Task requirements: Restate word for word every line from the top of the data below down through the line that holds "#23=IFCLOCALPLACEMENT(#19,#22);".

Provided entries:
· · ·
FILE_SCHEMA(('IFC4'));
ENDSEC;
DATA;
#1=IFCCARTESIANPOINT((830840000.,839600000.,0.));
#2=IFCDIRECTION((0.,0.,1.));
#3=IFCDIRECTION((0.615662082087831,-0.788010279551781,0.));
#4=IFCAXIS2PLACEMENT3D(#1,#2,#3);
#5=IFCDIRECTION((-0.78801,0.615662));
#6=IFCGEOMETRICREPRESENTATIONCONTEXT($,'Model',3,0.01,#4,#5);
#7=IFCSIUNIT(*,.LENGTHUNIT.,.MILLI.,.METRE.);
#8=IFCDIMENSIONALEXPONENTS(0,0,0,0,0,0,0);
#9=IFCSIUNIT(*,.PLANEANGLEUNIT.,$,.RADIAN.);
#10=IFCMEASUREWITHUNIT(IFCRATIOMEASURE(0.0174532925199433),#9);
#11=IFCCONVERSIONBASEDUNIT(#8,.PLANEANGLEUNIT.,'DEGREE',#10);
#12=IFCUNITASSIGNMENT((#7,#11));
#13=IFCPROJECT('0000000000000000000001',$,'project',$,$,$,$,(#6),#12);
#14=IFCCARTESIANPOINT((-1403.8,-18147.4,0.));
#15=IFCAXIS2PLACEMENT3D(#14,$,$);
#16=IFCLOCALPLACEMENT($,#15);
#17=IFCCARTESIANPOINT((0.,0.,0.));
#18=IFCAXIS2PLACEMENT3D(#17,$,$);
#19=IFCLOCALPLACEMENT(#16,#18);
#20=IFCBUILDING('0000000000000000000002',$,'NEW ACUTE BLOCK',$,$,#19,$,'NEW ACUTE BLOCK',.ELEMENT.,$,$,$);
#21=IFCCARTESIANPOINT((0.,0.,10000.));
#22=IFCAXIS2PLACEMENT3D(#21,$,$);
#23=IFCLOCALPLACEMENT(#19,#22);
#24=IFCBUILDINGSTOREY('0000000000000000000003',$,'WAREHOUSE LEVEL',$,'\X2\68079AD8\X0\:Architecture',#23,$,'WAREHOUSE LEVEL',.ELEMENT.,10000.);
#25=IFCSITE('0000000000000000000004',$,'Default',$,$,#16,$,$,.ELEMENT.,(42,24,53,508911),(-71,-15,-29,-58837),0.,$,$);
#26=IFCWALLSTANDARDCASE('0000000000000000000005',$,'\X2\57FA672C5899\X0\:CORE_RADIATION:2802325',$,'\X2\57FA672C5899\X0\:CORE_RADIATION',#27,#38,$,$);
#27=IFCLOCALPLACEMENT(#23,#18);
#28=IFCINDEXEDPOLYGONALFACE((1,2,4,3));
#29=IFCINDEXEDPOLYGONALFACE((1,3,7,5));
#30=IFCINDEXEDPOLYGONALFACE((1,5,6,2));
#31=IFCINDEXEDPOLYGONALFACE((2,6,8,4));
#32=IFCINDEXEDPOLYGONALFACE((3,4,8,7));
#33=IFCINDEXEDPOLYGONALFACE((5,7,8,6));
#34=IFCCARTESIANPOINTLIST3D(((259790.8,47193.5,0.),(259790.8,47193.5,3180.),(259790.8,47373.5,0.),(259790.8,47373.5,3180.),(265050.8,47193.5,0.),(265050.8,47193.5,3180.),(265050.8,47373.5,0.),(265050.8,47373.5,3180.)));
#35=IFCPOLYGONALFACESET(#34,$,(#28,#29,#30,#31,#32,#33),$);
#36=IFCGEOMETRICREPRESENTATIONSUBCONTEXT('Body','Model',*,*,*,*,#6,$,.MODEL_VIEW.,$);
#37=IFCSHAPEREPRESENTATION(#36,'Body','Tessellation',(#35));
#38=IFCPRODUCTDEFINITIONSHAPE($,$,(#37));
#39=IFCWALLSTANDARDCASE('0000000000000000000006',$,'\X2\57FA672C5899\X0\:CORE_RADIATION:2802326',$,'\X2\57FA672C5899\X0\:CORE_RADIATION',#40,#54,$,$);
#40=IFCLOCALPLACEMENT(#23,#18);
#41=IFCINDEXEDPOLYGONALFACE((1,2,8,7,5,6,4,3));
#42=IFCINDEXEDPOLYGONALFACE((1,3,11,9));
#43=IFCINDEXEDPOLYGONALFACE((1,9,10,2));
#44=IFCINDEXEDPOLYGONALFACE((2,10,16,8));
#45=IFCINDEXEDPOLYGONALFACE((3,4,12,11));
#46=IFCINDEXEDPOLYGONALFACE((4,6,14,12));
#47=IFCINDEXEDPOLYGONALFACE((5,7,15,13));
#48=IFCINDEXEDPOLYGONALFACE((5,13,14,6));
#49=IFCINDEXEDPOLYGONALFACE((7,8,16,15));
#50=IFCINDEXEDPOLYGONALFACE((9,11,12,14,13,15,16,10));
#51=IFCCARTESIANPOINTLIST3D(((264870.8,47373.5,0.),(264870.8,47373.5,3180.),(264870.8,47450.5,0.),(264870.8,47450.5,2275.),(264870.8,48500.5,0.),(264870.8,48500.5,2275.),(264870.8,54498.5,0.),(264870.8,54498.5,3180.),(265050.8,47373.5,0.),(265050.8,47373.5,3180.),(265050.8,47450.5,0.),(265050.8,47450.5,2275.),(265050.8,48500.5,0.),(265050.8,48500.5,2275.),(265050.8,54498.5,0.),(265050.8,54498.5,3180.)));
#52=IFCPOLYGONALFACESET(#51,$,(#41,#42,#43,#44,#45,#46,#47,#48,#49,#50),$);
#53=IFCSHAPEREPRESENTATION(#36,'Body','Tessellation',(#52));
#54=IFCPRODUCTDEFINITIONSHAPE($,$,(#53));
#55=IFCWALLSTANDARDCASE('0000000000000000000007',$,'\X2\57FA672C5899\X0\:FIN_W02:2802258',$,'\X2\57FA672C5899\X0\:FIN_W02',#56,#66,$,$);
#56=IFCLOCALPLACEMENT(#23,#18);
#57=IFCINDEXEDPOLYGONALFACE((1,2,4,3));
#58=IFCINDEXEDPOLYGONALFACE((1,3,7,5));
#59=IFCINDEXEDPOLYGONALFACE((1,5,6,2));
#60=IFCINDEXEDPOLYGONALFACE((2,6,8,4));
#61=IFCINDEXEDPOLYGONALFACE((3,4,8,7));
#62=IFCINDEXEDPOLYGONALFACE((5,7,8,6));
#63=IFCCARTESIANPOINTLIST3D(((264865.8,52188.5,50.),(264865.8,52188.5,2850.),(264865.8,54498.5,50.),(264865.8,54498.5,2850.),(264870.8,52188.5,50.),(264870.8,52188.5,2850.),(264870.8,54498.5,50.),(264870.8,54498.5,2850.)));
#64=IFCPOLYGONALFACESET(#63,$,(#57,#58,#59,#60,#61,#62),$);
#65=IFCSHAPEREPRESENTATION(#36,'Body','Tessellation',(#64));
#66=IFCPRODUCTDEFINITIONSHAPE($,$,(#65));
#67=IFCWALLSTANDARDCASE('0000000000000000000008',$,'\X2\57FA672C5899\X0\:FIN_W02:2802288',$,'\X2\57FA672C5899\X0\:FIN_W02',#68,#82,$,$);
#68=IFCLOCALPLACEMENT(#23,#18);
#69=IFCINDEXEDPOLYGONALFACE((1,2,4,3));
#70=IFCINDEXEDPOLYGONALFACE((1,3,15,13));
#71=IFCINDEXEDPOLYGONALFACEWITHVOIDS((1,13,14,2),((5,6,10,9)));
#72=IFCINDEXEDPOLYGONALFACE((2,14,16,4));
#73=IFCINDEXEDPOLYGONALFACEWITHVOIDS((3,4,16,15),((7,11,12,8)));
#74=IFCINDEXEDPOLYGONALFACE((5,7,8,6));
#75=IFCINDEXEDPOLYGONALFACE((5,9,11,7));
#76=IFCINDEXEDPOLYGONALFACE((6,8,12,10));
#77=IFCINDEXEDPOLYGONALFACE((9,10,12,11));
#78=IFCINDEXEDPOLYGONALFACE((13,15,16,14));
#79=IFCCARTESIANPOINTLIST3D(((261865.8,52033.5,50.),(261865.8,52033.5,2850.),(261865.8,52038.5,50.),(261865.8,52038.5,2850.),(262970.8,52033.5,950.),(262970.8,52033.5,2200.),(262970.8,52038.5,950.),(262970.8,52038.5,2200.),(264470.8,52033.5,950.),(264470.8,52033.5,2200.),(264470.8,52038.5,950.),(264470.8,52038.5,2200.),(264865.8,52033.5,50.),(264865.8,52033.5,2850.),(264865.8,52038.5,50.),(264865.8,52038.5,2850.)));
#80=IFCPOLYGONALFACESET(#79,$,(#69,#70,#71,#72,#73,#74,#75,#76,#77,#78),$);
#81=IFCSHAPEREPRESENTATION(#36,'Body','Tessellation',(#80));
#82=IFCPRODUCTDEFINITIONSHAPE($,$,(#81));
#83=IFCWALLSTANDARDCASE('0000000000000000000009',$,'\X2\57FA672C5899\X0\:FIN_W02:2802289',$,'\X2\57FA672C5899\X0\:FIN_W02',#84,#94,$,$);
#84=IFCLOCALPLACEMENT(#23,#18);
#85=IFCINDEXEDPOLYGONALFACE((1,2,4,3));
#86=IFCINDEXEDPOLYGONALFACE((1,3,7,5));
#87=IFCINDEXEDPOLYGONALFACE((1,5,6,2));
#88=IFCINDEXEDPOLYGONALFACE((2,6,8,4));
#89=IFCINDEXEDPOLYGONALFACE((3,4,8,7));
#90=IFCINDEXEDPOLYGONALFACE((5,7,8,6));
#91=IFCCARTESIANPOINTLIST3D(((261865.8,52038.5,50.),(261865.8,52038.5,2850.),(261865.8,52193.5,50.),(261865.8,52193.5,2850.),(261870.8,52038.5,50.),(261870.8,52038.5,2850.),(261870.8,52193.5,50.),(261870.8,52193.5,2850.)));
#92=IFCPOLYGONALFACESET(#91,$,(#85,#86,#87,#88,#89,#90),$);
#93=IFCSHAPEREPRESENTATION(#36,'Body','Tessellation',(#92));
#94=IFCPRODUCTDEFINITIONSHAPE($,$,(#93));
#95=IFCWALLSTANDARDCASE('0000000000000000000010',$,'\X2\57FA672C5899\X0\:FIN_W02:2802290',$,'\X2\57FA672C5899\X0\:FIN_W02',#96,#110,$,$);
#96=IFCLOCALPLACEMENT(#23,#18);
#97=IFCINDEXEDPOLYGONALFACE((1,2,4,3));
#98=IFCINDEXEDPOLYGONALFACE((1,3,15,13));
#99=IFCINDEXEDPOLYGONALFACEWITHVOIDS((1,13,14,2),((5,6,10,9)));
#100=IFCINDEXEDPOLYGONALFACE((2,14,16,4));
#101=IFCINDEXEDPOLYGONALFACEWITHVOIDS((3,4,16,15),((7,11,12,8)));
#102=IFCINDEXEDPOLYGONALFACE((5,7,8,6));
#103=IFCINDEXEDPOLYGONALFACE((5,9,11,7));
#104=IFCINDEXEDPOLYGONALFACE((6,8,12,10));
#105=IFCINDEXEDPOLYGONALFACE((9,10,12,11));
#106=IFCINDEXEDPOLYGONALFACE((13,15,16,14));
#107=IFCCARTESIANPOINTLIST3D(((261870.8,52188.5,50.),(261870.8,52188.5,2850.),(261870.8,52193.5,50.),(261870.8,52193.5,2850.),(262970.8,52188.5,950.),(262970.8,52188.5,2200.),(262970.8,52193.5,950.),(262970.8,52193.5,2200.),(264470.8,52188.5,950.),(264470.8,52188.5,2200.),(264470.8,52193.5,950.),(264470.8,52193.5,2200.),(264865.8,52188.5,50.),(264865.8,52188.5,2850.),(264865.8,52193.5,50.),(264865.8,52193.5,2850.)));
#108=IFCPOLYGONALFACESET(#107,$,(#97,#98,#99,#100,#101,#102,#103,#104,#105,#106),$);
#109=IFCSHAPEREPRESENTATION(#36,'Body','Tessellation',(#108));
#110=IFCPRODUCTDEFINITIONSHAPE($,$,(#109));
· · ·
Result for this exercise:
FILE_SCHEMA(('IFC4'));
ENDSEC;
DATA;
#1=IFCCARTESIANPOINT((830840000.,839600000.,0.));
#2=IFCDIRECTION((0.,0.,1.));
#3=IFCDIRECTION((0.615662082087831,-0.788010279551781,0.));
#4=IFCAXIS2PLACEMENT3D(#1,#2,#3);
#5=IFCDIRECTION((-0.78801,0.615662));
#6=IFCGEOMETRICREPRESENTATIONCONTEXT($,'Model',3,0.01,#4,#5);
#7=IFCSIUNIT(*,.LENGTHUNIT.,.MILLI.,.METRE.);
#8=IFCDIMENSIONALEXPONENTS(0,0,0,0,0,0,0);
#9=IFCSIUNIT(*,.PLANEANGLEUNIT.,$,.RADIAN.);
#10=IFCMEASUREWITHUNIT(IFCRATIOMEASURE(0.0174532925199433),#9);
#11=IFCCONVERSIONBASEDUNIT(#8,.PLANEANGLEUNIT.,'DEGREE',#10);
#12=IFCUNITASSIGNMENT((#7,#11));
#13=IFCPROJECT('0000000000000000000001',$,'project',$,$,$,$,(#6),#12);
#14=IFCCARTESIANPOINT((-1403.8,-18147.4,0.));
#15=IFCAXIS2PLACEMENT3D(#14,$,$);
#16=IFCLOCALPLACEMENT($,#15);
#17=IFCCARTESIANPOINT((0.,0.,0.));
#18=IFCAXIS2PLACEMENT3D(#17,$,$);
#19=IFCLOCALPLACEMENT(#16,#18);
#20=IFCBUILDING('0000000000000000000002',$,'NEW ACUTE BLOCK',$,$,#19,$,'NEW ACUTE BLOCK',.ELEMENT.,$,$,$);
#21=IFCCARTESIANPOINT((0.,0.,10000.));
#22=IFCAXIS2PLACEMENT3D(#21,$,$);
#23=IFCLOCALPLACEMENT(#19,#22);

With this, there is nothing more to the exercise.